Supporting more sustainable growth in the travel and tourism sector

Many travel and tourism destinations grapple with rising tensions between residents and tourists, and mounting pressure on ecosystems, among other challenges of growth. Image: Getty Images / Subbotsky
- The travel and tourism sector is growing, but faces challenges like skills shortages and global disruption, its impact on nature and ecosystems.
- To scale innovative solutions, the sector needs to embrace a broader definition of success.
- The Beyond Tourism Impact Stars initiative highlights solutions that could help the wider sector face a new era of growth.
For decades, tourism’s success has largely been measured through growth – more visitors, higher spending and greater economic contribution.
By those measures, the sector’s future appears exceptionally strong. By 2034, travel and tourism is projected to contribute $16 trillion to global GDP and support approximately 30 billion tourist visits annually. This will reinforce its role as a major engine of opportunity, employment and cultural exchange.

But the same forces driving tourism’s expansion are also exposing new pressures.
As destinations welcome growing numbers of visitors, many are grappling with rising tensions between residents and tourists, mounting pressure on ecosystems, workforce shortages, infrastructure constraints and growing vulnerability to climate, geopolitical and economic shocks.
None of this diminishes tourism’s importance. Rather, it expands how success should be understood. Alongside economic growth, more attention is being paid to how tourism contributes to community wellbeing, environmental stewardship, cultural vitality and long-term resilience.
Rather than simply being concerned with how to attract more visitors, the industry must now ensure growth creates lasting value for communities, destinations and the ecosystems on which travel and tourism depends.

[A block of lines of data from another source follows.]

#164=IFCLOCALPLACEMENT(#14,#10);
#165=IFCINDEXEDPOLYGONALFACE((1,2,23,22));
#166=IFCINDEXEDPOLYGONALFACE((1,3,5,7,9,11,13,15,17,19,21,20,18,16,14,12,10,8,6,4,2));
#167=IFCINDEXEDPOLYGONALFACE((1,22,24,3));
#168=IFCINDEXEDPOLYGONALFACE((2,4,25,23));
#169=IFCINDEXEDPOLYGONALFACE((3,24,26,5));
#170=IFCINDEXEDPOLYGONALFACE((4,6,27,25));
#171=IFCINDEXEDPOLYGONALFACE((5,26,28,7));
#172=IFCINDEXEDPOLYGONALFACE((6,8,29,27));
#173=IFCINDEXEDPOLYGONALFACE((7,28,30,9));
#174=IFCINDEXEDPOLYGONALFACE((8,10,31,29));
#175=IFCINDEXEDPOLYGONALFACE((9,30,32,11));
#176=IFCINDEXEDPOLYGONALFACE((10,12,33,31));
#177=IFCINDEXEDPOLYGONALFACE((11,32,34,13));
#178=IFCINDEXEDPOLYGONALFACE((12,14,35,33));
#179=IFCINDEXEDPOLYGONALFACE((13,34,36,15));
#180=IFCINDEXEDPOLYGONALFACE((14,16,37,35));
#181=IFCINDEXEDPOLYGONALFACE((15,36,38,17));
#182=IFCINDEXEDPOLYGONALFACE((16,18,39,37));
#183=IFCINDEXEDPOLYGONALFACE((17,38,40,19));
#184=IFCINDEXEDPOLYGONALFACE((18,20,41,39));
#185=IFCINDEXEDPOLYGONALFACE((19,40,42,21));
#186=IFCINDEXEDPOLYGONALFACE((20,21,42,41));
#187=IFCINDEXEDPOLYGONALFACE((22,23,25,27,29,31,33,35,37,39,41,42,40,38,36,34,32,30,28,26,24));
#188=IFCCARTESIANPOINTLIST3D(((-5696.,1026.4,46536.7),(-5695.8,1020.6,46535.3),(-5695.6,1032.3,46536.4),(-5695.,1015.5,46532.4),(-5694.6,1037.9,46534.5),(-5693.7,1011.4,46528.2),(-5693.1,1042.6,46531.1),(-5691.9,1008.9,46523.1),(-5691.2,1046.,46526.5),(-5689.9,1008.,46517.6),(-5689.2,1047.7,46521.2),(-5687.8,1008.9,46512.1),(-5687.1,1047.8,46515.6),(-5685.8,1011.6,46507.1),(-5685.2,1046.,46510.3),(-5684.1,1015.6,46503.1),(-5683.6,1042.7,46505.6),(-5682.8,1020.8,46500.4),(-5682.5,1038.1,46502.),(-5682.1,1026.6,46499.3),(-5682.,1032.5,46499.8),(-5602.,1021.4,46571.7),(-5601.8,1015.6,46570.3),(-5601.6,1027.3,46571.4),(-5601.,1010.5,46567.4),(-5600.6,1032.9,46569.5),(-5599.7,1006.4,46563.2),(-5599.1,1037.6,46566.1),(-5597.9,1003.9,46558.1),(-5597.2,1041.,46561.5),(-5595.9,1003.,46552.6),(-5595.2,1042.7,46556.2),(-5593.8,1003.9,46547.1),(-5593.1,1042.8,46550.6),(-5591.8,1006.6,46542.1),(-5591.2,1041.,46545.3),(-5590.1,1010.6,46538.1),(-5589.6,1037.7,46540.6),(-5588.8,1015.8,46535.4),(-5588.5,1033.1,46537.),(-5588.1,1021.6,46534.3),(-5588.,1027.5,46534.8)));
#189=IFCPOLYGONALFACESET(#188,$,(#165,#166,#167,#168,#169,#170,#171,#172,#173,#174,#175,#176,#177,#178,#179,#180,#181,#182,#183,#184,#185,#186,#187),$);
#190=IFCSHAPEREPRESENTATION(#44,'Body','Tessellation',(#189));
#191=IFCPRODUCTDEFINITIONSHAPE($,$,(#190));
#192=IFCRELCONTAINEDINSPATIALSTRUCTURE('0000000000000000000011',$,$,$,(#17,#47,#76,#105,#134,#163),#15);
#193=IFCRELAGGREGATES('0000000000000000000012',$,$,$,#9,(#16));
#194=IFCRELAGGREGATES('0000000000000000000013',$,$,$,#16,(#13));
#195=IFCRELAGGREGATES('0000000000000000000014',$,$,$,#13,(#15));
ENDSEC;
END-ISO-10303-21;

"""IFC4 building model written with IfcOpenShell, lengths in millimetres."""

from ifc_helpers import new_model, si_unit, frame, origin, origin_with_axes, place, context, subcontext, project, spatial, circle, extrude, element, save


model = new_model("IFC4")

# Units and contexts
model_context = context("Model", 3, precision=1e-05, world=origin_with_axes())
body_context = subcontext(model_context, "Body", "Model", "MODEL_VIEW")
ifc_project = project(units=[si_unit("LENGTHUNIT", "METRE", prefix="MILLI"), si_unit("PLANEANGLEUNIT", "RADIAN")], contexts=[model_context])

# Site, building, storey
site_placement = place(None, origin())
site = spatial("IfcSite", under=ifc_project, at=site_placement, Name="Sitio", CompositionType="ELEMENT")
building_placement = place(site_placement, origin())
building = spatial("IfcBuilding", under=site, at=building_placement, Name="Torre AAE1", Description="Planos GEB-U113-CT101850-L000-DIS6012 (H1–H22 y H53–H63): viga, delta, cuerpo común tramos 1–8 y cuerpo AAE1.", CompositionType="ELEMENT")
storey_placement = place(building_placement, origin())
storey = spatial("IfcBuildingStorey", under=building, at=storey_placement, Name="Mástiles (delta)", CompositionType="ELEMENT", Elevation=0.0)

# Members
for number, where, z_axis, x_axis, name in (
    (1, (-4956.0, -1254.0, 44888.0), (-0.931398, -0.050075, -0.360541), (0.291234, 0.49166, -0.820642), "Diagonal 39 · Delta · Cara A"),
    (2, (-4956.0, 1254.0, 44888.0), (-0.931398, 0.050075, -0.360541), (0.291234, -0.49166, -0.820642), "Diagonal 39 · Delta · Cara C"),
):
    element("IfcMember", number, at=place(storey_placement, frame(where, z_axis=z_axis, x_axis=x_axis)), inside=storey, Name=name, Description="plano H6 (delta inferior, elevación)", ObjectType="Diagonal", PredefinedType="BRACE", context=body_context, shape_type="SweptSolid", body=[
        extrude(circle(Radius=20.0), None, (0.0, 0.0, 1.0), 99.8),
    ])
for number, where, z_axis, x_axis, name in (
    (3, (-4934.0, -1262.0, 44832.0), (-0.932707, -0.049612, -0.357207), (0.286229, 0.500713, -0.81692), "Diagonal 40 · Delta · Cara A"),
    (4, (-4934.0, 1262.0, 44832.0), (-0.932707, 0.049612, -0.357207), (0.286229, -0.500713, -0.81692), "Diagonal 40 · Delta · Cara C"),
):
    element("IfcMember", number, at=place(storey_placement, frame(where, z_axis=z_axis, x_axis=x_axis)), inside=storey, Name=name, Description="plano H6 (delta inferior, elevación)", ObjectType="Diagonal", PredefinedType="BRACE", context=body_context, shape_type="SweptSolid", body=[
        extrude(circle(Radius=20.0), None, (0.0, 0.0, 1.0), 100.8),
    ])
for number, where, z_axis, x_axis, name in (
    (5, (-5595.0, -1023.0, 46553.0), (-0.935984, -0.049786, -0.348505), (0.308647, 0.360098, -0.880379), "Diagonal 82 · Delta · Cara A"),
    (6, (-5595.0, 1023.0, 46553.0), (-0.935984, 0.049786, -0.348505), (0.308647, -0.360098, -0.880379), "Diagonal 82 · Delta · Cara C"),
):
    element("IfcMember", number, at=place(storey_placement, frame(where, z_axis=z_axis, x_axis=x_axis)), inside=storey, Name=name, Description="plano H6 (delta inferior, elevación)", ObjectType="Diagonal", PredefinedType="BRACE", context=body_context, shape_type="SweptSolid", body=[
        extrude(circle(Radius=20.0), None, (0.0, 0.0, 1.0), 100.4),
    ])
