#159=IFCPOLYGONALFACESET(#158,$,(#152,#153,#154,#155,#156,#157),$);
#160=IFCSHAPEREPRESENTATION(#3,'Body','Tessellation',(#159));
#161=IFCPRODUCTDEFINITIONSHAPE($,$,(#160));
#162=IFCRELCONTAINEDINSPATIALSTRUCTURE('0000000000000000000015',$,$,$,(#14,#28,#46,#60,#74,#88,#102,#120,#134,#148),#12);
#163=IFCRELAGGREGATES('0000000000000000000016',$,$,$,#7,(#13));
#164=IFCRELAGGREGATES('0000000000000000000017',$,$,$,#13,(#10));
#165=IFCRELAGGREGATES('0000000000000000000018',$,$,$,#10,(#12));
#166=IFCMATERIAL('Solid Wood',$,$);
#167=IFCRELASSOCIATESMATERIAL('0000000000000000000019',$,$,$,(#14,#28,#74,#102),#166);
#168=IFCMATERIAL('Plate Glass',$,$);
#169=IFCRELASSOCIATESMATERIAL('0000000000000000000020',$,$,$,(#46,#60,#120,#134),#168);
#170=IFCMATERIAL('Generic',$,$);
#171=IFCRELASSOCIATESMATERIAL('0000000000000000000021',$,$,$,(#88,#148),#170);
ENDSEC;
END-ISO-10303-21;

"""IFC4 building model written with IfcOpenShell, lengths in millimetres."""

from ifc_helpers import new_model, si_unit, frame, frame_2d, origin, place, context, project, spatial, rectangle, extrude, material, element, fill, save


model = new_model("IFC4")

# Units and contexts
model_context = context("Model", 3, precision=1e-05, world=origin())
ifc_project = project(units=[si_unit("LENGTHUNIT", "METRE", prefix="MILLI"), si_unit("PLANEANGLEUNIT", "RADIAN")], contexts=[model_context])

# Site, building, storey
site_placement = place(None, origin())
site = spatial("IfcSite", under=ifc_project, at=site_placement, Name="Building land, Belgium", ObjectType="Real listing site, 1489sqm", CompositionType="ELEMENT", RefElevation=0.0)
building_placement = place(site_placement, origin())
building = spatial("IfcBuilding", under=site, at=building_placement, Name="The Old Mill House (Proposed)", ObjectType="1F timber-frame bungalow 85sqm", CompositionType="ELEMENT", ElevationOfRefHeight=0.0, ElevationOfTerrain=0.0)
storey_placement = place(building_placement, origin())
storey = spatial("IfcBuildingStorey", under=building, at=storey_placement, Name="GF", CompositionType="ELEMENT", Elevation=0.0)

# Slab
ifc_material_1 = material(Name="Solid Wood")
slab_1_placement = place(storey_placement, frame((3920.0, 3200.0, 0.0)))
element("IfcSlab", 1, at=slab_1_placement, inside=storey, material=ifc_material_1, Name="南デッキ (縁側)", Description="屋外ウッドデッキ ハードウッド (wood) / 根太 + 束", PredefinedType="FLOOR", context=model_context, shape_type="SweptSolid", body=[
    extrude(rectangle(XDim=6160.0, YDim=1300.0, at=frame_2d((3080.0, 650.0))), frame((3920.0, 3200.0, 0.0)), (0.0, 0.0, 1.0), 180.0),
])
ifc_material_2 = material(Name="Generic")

Scaling travel and tourism solutions
Organizations across the travel and tourism ecosystem are already developing practical responses to these challenges.
Destinations are experimenting with approaches that spread visitor demand more evenly, support local enterprises and strengthen links between tourism and community development. Businesses are investing in workforce programmes, new partnership models and nature-positive initiatives that reduce waste, lower emissions, improve resource efficiency and protect the assets on which tourism depends.
Technology is also playing an increasingly important role. Data and digital tools are helping destinations better understand visitor flows, manage demand and make more informed decisions about infrastructure, sustainability and destination management. This enables businesses to improve operations and deliver more seamless visitor experiences.
These efforts are connected by a recognition that tourism’s most pressing challenges cannot be solved by any single organization acting alone. Effective responses increasingly depend on collaboration across businesses, governments, local communities, civil society organizations and other stakeholders whose interests are deeply interconnected.
Such initiatives can vary in scale, geography and approach. While some may address local challenges, others could transform entire destinations. Together, they point to a broader shift as the sector moves beyond identifying challenges and towards developing practical, measurable solutions.
Overcoming travel and tourism fragmentation
Successful solutions do not automatically become shared solutions, however.
Unlike some sectors where best practices can spread rapidly through common standards, travel and tourism remains highly fragmented. Businesses, destinations and communities often face similar challenges in different markets, regulatory environments and operating contexts. As a result, valuable lessons frequently remain local, even when aspects of an approach could be adapted elsewhere.
This fragmentation creates a missed opportunity. A destination that balances visitor growth with community wellbeing, or a company that develops a successful workforce or conservation model, may offer lessons well beyond its immediate market.
Sharing these approaches is not about replicating solutions exactly. Every destination and organization operates within a unique context. But greater visibility into what is working elsewhere, why it is working and how it was implemented can help accelerate learning across the sector.
Bringing solutions to a wider audience
The Beyond Tourism Impact Stars initiative has been launched against this backdrop by the World Economic Forum, the Ministry of Tourism of Saudi Arabia and Kearney, to identify private-sector initiatives that are addressing the sector’s tension points. These initiatives are already generating measurable positive impact for destinations, communities and ecosystems, while also demonstrating strong business performance.
By understanding the approaches that are helping to address some of travel and tourism’s most pressing challenges, those lessons can be shared with a wider audience.
The sector will benefit from a growing body of examples showing how tourism can create value across multiple dimensions. By highlighting what is working in practice, Beyond Tourism Impact Stars will support knowledge-sharing, encourage collaboration and help effective solutions reach a wider audience.
Building on travel and tourism innovation
It’s possible to create a more resilient, inclusive and sustainable future for travel and tourism by scaling solutions that are already delivering measurable impact. Sharing these experiences more widely will help destinations and organizations across the travel and tourism sector.
And as the sector continues to grow, its progress will depend on generating more new ideas – and on identifying, validating and scaling the approaches that deliver results.